Oggi, fortunatamente, grazie a queste sollecitazioni ancestrali, i nostri cacciatori ripropongono anche spunti di solidarietà, collegati al consumo della carne di selvaggina. Mi viene in mente - uno fra tanti - Giovanni Persona, vicepresidente dei migratoristi italiani, che tutti gli anni raccoglie selvaggina fra i cacciatori del suo paese e in accordo con sindaco e parroco organizza una grande cena, a cui insieme ai cacciatori partecipano come ospiti d’onore gli anziani i poveri e i bisognosi della comunità. E così fanno tanti e tanti dirigenti delle nostre organizzazioni venatorie. Senza contare gli esempi di solidarietà conviviale (tipo:Aggiungi un posto a tavola), che ognuno di noi, senza tanto chiasso, ogni giorno celebra nel suo piccolo. Pensate se di questi infiniti piccoli atti amicali, coordinati, organizzati, contestualizzati, se ne facesse occasione per dimostrare come la caccia è una delle ultime vere sincere opportunità di dimostrare che siamo ancora uomini. Ovvero esseri viventi, depositari - sempre più in solitudine – della residua umanità della specie.
Che ne dite? Non sarebbe bello?
PS
In questi giorni di letizia cristiana, sono stato a far visita al mio amico B., relegato in una cameretta d’ospedale, a tu per tu con la sofferenza. Ho cercato di alleviare minimamente le sue pene, ricordando altri momenti, di piacevoli ozii venatori e soprattutto di convivialità, nella sua casa fraternamente accogliente, sempre aperta agli amici, intorno a una tavola perennemente imbandita, spesso arricchita di veri e propri trionfi di beccacce.

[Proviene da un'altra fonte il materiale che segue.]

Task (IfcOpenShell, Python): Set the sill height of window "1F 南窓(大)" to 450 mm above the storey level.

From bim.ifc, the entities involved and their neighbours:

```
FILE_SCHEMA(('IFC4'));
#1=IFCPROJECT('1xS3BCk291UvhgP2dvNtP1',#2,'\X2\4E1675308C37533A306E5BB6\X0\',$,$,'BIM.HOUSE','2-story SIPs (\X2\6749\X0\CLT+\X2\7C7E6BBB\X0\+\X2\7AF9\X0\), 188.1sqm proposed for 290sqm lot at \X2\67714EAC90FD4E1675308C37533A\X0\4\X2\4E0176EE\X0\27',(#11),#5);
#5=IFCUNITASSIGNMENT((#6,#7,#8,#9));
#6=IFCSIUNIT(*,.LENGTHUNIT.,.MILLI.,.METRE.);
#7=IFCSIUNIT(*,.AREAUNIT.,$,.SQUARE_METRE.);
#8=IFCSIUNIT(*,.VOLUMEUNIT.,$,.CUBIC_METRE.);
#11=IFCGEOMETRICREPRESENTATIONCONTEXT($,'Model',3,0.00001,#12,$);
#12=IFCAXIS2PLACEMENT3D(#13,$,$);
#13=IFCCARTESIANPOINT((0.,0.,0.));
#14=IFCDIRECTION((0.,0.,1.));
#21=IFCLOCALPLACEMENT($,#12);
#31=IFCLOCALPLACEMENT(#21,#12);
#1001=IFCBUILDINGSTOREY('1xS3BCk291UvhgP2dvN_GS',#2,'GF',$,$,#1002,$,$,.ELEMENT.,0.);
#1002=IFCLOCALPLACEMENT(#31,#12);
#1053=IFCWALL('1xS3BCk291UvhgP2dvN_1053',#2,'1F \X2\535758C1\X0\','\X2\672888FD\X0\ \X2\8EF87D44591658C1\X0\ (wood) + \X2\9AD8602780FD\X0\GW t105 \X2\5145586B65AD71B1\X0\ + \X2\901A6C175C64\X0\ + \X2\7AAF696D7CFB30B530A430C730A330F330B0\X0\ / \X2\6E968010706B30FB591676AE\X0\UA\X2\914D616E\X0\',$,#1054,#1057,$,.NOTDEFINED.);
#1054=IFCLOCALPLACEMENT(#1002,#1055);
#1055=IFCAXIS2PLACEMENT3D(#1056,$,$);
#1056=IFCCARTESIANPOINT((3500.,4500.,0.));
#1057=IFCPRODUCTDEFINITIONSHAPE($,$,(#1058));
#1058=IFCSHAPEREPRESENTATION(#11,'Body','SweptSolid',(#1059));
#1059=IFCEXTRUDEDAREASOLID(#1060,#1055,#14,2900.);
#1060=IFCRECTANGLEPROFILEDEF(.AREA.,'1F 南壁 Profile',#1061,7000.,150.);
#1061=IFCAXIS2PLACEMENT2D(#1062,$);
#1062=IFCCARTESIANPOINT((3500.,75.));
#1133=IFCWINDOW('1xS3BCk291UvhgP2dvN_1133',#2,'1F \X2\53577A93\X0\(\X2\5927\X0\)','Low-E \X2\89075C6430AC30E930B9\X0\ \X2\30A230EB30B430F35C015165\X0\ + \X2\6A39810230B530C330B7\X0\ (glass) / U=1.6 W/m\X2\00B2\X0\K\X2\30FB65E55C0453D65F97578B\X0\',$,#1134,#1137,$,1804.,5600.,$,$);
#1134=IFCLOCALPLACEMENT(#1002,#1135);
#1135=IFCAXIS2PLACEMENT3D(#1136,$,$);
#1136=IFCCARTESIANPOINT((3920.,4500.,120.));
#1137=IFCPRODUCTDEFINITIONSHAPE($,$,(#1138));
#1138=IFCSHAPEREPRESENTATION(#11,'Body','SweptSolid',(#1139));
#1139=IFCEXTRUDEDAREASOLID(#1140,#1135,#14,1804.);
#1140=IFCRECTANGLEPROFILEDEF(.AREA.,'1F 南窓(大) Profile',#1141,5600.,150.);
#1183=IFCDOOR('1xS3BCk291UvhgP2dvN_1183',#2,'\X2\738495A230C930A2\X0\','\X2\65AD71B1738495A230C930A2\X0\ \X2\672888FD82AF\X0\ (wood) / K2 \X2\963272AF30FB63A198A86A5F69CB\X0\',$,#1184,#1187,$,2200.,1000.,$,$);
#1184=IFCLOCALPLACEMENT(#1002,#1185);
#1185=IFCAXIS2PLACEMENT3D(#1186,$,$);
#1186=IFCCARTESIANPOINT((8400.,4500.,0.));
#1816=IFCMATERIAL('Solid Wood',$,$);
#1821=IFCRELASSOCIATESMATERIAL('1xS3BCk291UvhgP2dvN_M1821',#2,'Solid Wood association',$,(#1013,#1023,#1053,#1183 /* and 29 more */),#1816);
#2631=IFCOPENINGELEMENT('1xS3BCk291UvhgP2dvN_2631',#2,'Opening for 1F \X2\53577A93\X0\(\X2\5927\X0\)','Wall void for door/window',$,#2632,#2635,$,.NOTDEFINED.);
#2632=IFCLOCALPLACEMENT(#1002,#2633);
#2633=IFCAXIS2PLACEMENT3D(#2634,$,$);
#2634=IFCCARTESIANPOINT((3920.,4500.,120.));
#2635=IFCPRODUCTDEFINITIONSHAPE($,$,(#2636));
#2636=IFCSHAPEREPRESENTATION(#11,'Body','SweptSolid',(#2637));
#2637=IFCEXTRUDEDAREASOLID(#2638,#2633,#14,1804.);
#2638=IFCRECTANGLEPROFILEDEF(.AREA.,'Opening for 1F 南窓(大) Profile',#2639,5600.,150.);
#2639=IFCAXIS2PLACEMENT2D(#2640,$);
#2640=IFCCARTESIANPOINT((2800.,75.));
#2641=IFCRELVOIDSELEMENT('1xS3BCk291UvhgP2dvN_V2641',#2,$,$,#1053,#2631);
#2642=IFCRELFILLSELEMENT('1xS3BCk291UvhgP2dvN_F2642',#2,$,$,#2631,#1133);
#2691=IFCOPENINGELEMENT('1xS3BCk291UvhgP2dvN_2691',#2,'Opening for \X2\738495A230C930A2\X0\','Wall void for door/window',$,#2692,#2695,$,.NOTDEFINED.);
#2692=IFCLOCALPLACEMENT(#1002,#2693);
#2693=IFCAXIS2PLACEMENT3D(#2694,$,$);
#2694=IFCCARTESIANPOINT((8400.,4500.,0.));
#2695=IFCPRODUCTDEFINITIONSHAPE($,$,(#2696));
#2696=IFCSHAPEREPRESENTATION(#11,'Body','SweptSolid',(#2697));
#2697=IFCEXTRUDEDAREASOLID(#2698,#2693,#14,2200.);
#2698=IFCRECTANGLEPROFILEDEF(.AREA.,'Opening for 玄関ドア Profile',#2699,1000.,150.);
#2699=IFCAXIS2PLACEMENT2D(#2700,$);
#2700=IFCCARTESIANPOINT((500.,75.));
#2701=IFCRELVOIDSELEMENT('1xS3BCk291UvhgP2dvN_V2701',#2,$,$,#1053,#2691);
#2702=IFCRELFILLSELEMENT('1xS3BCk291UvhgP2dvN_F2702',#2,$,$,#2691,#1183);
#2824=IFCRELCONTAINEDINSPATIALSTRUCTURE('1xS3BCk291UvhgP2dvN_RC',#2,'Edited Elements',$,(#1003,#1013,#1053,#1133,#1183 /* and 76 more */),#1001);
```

```python
import numpy as np
import ifcopenshell
import ifcopenshell.api.geometry
import ifcopenshell.geom
import ifcopenshell.util.element
import ifcopenshell.util.placement
import ifcopenshell.util.shape
import ifcopenshell.util.unit

model = ifcopenshell.open("bim.ifc")
unit_scale = ifcopenshell.util.unit.calculate_unit_scale(model)

window = model.by_id(1133)
opening = window.FillsVoids[0].RelatingOpeningElement
storey = ifcopenshell.util.element.get_container(window, ifc_class="IfcBuildingStorey")
level = ifcopenshell.util.placement.get_local_placement(storey.ObjectPlacement)[2, 3]

# The opening's origin need not be at the sill, so measure its lowest point.
shape = ifcopenshell.geom.create_shape(ifcopenshell.geom.settings(), opening)
bottom = ifcopenshell.util.shape.get_shape_bottom_elevation(shape, shape.geometry) / unit_scale
dz = level + 450.0 - bottom

shift = np.array([0.0, 0.0, dz])
# The window is not placed relative to its opening, so move both.
for product in (opening, window):
    matrix = ifcopenshell.util.placement.get_local_placement(product.ObjectPlacement)
    matrix[:3, 3] += shift
    ifcopenshell.api.geometry.edit_object_placement(model, product=product, matrix=matrix, is_si=False)

print(f"moved by {dz * unit_scale:+.3f} m")

model.write("bim-out.ifc")
```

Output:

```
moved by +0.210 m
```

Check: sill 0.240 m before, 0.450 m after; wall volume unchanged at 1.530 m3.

Alla sera, con M., sono stato a trovare un altro amico, Giovanni Franceschi, raffinato esteta della caccia, della pesca e della buona tavola, che –anche lui – trova piacere nel circondarsi di amici intorno a una tavola che sprigiona gioie culinarie uniche ed esclusive. Nella sua semplice casetta in gronda di padule, con le spalle rivolte alla dolce fiamma del focolare, abbiamo conversato amabilmente delle nostre cacce, di antichi voli di bozzoletti, dei tordi della Maremma, della gente che la pensa come noi. Il pasticcio di alzavola era sublime (G.I.).